[Opening DATASET ENTRIES section]
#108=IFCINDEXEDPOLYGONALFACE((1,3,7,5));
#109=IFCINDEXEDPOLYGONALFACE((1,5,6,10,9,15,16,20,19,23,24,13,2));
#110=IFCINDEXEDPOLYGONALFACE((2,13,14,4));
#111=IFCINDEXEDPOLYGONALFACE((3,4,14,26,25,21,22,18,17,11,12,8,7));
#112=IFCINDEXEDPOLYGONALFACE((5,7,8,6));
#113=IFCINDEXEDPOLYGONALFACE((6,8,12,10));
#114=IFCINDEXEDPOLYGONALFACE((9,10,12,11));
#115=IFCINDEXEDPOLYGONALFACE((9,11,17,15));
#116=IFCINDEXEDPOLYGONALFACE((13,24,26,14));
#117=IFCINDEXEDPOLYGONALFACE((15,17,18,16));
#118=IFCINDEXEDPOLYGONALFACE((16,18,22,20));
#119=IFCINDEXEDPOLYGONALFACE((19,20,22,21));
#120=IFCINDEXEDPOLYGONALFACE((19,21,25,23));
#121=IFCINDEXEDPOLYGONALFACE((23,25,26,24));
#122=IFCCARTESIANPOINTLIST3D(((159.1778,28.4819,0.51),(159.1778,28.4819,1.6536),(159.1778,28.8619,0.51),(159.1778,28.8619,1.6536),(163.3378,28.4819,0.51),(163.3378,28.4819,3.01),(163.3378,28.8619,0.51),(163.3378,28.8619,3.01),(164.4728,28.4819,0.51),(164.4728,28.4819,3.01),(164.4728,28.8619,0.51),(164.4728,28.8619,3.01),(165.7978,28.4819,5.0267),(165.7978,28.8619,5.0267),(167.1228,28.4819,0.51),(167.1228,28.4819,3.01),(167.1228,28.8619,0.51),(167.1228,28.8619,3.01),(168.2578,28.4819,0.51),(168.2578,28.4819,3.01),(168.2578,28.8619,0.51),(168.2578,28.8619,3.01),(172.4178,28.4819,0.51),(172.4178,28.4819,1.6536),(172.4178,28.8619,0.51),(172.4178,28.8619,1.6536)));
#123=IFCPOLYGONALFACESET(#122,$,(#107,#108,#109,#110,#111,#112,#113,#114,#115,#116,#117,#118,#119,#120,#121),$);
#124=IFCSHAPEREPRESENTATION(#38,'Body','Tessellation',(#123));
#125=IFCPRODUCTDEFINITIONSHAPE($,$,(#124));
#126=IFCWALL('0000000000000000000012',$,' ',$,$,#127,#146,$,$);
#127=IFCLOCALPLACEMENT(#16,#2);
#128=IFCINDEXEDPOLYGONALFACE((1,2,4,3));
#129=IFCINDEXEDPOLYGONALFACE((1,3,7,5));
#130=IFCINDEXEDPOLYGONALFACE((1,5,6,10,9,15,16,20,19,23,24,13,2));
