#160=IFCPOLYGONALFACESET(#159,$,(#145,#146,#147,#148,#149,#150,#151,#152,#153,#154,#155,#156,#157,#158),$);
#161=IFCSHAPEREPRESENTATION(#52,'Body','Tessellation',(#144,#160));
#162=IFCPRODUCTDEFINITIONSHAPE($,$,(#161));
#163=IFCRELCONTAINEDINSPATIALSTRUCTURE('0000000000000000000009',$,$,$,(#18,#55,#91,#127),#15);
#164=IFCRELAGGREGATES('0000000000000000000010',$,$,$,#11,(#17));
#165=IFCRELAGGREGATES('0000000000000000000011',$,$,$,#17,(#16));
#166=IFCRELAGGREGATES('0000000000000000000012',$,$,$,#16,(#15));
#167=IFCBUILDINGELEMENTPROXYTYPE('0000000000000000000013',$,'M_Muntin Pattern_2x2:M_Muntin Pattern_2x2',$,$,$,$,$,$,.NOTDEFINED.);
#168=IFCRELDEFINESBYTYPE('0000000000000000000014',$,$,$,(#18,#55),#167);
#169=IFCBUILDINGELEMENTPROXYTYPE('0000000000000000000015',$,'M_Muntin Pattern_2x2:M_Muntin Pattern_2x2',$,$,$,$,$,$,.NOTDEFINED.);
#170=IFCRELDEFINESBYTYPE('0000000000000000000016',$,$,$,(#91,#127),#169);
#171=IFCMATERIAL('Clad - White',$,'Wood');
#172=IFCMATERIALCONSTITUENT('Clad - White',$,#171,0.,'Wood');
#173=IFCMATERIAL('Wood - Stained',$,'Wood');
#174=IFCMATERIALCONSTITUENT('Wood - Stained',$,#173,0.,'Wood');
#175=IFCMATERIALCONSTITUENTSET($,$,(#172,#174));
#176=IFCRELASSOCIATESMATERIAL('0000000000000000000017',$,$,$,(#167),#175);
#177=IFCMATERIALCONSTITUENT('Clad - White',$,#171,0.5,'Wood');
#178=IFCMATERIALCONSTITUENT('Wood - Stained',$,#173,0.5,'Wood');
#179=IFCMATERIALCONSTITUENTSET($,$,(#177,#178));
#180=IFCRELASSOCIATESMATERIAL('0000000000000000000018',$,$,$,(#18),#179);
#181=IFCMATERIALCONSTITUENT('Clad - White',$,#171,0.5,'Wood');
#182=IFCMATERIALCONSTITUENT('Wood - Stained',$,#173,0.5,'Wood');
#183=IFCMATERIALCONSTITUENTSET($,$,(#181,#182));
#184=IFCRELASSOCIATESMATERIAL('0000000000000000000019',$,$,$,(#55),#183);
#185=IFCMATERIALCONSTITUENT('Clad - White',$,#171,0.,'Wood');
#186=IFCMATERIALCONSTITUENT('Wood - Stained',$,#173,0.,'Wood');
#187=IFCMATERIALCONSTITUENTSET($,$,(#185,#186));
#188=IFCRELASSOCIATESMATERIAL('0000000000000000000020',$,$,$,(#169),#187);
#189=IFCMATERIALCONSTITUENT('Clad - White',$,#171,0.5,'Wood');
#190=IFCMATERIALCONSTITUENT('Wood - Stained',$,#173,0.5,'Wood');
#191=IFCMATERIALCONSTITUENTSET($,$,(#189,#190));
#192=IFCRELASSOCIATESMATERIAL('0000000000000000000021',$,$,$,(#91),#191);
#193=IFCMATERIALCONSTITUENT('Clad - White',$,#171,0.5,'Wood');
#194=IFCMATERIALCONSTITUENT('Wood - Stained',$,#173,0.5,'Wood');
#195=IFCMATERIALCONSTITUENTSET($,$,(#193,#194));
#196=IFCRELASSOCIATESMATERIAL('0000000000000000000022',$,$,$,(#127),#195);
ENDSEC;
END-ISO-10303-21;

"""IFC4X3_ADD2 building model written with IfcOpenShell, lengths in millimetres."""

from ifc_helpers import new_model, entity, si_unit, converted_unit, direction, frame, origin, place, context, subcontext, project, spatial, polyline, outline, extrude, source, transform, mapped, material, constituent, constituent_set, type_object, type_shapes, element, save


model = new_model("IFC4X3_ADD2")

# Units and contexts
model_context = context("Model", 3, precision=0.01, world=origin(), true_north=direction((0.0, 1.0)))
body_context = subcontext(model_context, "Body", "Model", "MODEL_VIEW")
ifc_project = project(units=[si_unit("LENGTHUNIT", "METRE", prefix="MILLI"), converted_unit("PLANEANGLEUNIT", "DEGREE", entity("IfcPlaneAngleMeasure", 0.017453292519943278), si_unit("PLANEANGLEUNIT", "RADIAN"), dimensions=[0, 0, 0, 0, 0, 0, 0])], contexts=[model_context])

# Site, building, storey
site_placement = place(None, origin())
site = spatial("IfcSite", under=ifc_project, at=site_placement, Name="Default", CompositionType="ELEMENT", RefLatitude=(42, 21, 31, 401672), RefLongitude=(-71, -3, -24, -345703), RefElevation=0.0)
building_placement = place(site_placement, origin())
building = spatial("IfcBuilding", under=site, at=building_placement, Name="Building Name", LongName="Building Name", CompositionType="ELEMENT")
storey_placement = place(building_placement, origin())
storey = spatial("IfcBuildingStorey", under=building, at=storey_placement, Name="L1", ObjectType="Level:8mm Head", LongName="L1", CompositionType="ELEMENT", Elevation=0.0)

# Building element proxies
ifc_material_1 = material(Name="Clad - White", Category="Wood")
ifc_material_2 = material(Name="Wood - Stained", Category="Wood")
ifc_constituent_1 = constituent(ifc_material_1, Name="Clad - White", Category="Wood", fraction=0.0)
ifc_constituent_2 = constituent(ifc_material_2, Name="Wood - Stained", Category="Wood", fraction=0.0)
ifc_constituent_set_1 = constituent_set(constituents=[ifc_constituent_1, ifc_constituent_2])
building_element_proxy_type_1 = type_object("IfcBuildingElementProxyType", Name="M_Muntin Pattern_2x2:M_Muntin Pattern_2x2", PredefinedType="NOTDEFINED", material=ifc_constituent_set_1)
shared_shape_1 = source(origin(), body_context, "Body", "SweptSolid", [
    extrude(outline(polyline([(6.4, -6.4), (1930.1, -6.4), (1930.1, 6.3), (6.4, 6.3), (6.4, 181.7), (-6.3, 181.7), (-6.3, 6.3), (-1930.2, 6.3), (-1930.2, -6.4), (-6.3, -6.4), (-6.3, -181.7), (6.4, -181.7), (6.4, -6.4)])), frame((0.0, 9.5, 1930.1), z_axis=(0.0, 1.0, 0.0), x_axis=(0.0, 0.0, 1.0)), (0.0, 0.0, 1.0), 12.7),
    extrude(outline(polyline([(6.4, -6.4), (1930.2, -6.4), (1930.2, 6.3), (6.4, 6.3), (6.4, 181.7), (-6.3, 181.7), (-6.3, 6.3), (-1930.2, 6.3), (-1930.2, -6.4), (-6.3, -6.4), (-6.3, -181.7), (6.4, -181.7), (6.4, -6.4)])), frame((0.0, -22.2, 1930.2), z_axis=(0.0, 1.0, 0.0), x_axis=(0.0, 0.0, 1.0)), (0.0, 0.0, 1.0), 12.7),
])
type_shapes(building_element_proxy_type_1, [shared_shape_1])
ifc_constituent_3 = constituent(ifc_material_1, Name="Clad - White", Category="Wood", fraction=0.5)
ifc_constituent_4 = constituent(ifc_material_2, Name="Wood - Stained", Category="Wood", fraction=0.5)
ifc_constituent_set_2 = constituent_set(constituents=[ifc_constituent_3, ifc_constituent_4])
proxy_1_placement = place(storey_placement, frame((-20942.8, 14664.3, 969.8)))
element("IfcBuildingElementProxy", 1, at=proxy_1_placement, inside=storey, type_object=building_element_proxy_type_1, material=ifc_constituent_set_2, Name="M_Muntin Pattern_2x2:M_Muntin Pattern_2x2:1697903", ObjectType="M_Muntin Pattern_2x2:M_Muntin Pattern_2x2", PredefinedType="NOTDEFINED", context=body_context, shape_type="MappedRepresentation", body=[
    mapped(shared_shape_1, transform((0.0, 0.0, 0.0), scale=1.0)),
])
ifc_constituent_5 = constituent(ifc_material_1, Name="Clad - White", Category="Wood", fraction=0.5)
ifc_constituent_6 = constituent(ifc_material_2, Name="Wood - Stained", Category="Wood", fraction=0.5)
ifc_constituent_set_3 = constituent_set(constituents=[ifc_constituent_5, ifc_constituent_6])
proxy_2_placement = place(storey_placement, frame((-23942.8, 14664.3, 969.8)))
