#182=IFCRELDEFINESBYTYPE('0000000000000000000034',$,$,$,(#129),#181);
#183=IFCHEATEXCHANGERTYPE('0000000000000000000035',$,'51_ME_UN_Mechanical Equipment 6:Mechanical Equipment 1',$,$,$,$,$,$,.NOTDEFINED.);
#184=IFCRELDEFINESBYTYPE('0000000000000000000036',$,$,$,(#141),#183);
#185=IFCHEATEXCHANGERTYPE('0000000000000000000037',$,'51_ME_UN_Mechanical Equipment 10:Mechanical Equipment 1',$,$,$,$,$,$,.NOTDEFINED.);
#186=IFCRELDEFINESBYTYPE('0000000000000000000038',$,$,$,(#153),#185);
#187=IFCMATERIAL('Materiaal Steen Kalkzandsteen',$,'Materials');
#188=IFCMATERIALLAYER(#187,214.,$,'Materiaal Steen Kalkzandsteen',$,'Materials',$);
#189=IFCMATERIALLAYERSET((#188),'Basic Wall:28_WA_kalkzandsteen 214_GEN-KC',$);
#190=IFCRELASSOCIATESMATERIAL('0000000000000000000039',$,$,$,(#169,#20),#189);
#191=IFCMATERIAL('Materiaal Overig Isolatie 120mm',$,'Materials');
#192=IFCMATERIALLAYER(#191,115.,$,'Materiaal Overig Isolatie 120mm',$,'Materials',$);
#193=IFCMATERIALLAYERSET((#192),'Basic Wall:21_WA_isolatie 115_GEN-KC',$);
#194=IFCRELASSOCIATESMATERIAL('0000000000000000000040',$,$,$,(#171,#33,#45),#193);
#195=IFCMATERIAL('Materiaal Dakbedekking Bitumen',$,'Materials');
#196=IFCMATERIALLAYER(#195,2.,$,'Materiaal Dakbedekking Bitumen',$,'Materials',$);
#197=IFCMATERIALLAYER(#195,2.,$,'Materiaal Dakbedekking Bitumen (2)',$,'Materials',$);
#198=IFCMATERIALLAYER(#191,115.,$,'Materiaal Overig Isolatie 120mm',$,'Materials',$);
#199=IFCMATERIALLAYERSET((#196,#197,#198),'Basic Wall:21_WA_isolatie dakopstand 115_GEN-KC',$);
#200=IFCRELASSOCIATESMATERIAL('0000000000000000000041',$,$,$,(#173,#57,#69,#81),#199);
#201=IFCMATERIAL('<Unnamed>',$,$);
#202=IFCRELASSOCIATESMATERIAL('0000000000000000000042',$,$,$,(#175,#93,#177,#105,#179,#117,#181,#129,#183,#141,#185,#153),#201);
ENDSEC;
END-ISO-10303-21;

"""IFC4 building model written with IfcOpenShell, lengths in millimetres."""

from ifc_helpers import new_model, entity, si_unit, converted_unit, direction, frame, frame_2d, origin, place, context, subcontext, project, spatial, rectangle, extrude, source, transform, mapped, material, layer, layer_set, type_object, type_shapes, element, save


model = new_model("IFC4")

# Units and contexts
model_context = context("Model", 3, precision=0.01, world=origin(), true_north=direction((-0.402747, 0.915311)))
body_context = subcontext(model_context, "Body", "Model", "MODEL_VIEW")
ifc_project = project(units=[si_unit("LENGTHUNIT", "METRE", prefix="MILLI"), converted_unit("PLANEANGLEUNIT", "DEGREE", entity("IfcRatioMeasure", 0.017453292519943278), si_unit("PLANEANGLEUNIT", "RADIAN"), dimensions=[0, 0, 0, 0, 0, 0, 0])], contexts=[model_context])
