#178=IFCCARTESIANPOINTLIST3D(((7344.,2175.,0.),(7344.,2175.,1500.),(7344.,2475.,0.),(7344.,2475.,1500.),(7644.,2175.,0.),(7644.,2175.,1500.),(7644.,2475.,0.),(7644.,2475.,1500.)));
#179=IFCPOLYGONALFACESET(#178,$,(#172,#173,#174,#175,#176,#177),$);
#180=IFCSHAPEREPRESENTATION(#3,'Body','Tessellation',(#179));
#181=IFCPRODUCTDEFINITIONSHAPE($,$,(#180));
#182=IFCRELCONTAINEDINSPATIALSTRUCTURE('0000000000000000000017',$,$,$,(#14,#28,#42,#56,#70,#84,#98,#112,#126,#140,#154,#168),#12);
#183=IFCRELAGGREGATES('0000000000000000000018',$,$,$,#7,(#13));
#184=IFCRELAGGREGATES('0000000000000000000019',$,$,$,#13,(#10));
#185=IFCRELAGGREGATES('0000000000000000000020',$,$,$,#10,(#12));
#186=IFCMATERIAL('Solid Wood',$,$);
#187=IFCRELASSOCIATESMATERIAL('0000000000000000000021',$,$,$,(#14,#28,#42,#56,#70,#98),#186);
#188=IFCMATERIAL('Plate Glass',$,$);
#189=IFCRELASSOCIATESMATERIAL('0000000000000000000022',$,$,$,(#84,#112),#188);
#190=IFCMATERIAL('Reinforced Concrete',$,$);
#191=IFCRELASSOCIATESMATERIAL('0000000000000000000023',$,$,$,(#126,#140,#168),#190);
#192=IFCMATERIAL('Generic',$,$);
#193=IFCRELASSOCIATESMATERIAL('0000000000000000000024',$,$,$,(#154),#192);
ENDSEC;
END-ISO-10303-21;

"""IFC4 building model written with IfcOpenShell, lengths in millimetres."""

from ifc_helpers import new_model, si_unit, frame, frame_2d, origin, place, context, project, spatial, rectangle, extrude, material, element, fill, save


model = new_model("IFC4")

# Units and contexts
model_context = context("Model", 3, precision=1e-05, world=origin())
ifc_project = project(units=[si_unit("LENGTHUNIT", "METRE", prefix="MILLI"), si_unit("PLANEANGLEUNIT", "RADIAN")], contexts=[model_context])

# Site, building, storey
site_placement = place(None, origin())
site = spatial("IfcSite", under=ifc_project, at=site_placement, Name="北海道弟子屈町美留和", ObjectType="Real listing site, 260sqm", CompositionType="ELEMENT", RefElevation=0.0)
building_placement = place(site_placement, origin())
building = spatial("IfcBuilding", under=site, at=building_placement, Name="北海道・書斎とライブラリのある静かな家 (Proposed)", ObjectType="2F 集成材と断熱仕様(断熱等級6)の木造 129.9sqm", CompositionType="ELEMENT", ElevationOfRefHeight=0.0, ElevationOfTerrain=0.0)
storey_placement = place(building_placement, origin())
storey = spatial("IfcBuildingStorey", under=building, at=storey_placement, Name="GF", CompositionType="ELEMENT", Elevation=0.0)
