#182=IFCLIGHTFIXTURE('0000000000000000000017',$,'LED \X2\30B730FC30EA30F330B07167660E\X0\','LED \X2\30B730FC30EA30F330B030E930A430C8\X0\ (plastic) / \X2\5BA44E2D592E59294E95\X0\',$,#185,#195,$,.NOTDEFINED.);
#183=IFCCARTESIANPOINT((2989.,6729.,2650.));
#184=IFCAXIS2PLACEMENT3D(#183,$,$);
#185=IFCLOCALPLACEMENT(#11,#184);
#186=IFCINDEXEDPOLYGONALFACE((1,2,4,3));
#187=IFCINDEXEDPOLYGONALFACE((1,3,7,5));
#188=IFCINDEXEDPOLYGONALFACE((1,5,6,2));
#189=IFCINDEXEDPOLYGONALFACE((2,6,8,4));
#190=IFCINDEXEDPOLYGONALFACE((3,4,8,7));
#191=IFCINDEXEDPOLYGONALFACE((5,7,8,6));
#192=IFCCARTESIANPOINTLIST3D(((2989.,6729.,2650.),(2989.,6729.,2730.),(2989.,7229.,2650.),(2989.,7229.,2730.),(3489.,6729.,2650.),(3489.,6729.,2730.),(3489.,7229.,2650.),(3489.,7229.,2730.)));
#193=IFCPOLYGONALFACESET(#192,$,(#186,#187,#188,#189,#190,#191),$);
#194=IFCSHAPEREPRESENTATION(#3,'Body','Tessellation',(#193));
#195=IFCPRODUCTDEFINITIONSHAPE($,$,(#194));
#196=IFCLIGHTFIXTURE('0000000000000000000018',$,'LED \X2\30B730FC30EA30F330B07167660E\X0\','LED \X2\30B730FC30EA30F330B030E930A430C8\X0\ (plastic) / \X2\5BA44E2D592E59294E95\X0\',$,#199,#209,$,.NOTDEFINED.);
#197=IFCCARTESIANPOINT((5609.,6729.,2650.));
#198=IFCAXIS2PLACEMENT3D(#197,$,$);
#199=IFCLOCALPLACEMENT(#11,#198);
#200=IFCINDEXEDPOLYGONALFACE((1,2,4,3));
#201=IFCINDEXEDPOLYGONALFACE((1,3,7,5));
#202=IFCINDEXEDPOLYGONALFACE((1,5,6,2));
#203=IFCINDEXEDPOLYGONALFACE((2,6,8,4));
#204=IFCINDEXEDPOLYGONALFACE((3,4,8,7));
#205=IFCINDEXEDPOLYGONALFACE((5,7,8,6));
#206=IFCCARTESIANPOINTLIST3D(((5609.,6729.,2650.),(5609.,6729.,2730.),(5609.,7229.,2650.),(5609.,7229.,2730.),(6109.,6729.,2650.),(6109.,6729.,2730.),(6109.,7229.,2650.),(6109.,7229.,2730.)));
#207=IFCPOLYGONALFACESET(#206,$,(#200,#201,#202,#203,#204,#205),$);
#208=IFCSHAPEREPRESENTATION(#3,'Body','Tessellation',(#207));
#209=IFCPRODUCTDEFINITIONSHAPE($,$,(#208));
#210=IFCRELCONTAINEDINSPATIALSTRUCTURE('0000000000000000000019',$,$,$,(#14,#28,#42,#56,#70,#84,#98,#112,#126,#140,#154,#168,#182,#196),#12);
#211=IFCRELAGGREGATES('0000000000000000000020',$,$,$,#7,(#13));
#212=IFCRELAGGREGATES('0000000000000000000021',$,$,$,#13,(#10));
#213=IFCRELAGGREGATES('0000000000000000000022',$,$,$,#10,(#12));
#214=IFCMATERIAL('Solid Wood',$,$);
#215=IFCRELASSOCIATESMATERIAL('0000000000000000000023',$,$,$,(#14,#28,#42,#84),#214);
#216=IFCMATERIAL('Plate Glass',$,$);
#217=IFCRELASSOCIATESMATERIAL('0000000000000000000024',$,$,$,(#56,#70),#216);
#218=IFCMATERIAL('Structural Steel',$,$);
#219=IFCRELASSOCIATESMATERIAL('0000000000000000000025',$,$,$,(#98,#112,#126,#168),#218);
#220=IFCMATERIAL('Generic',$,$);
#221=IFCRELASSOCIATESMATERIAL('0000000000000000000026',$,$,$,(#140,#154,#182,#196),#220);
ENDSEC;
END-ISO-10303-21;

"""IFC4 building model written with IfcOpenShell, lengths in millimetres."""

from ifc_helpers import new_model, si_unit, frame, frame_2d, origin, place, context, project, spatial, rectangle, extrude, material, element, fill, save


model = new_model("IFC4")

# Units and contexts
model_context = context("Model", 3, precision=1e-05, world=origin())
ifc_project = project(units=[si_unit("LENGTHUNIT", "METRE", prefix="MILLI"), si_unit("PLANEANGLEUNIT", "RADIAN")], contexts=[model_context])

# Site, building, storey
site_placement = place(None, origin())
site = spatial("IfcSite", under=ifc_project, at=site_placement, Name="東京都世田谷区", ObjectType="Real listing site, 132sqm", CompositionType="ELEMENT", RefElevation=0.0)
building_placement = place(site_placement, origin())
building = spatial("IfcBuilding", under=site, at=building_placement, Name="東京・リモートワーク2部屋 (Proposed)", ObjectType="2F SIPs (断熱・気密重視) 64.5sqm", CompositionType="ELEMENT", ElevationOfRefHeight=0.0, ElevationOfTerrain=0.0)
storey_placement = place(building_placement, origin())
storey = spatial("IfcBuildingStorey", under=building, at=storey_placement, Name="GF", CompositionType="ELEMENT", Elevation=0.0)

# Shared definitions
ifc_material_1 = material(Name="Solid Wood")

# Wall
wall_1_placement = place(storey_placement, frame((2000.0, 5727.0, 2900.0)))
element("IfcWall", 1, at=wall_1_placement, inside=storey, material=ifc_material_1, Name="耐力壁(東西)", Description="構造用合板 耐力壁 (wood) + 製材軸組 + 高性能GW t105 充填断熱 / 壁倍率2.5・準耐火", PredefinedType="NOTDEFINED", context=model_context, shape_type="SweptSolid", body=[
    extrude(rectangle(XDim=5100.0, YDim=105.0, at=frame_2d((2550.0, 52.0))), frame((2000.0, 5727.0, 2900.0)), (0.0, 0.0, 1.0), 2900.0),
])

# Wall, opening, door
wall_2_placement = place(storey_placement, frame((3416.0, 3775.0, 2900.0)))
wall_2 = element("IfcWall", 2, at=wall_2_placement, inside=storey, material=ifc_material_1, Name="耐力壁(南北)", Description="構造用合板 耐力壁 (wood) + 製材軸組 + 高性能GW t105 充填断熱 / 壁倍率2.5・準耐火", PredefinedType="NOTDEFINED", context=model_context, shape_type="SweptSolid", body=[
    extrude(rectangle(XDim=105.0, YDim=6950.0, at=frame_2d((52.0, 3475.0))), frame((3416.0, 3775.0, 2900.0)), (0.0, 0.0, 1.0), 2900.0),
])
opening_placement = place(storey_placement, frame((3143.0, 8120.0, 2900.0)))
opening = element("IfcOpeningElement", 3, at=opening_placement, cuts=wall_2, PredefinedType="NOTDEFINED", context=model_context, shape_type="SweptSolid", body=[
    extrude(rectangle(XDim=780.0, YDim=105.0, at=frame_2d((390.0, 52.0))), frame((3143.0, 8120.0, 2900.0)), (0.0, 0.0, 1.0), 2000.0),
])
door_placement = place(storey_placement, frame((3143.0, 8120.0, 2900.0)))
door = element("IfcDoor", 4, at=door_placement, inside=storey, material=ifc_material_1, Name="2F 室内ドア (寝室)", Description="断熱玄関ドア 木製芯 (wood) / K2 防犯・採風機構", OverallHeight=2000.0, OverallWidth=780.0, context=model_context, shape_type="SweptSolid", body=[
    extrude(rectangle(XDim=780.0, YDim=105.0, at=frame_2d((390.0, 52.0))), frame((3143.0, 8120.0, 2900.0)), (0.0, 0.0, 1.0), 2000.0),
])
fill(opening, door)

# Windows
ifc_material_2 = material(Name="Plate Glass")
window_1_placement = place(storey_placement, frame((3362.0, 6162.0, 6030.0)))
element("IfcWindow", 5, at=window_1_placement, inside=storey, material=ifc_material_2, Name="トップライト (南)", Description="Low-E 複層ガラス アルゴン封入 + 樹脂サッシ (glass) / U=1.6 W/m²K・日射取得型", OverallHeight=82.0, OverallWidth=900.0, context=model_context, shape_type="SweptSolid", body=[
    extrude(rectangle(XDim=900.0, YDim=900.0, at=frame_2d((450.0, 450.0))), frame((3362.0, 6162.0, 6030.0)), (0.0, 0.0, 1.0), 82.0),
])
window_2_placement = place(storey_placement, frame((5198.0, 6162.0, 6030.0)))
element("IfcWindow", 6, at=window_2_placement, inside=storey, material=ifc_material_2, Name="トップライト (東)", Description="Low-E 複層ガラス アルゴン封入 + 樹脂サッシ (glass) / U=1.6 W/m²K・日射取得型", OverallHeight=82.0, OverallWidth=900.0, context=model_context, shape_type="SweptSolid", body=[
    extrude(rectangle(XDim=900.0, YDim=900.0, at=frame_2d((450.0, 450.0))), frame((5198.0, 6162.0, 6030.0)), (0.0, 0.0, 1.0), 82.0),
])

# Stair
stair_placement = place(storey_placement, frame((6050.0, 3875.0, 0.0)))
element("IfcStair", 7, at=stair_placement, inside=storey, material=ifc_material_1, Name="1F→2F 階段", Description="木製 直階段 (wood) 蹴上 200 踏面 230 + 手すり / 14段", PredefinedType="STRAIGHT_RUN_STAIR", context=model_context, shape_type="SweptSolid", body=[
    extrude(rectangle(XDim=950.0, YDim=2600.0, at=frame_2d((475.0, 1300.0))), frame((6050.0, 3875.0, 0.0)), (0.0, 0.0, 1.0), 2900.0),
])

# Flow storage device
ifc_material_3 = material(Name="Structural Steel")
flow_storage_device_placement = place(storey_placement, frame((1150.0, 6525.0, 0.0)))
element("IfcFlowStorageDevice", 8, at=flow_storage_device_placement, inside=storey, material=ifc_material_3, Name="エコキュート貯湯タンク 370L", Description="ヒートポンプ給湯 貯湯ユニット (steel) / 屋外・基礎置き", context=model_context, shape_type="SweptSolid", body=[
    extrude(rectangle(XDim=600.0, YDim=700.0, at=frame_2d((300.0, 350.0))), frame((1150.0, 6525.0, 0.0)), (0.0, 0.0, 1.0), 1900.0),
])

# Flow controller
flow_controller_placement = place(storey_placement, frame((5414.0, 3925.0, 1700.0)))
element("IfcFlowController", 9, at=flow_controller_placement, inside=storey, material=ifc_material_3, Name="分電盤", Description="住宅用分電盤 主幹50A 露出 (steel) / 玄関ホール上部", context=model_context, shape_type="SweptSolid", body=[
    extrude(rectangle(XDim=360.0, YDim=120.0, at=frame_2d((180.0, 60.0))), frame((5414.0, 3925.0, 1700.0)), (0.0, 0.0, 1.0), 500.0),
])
[Closing DATASET ENTRIES section]
» TASK GOAL
In how many lines of the data does the string "Generic" occur? Answer with the number and nothing else.

» YOUR SOLUTION
2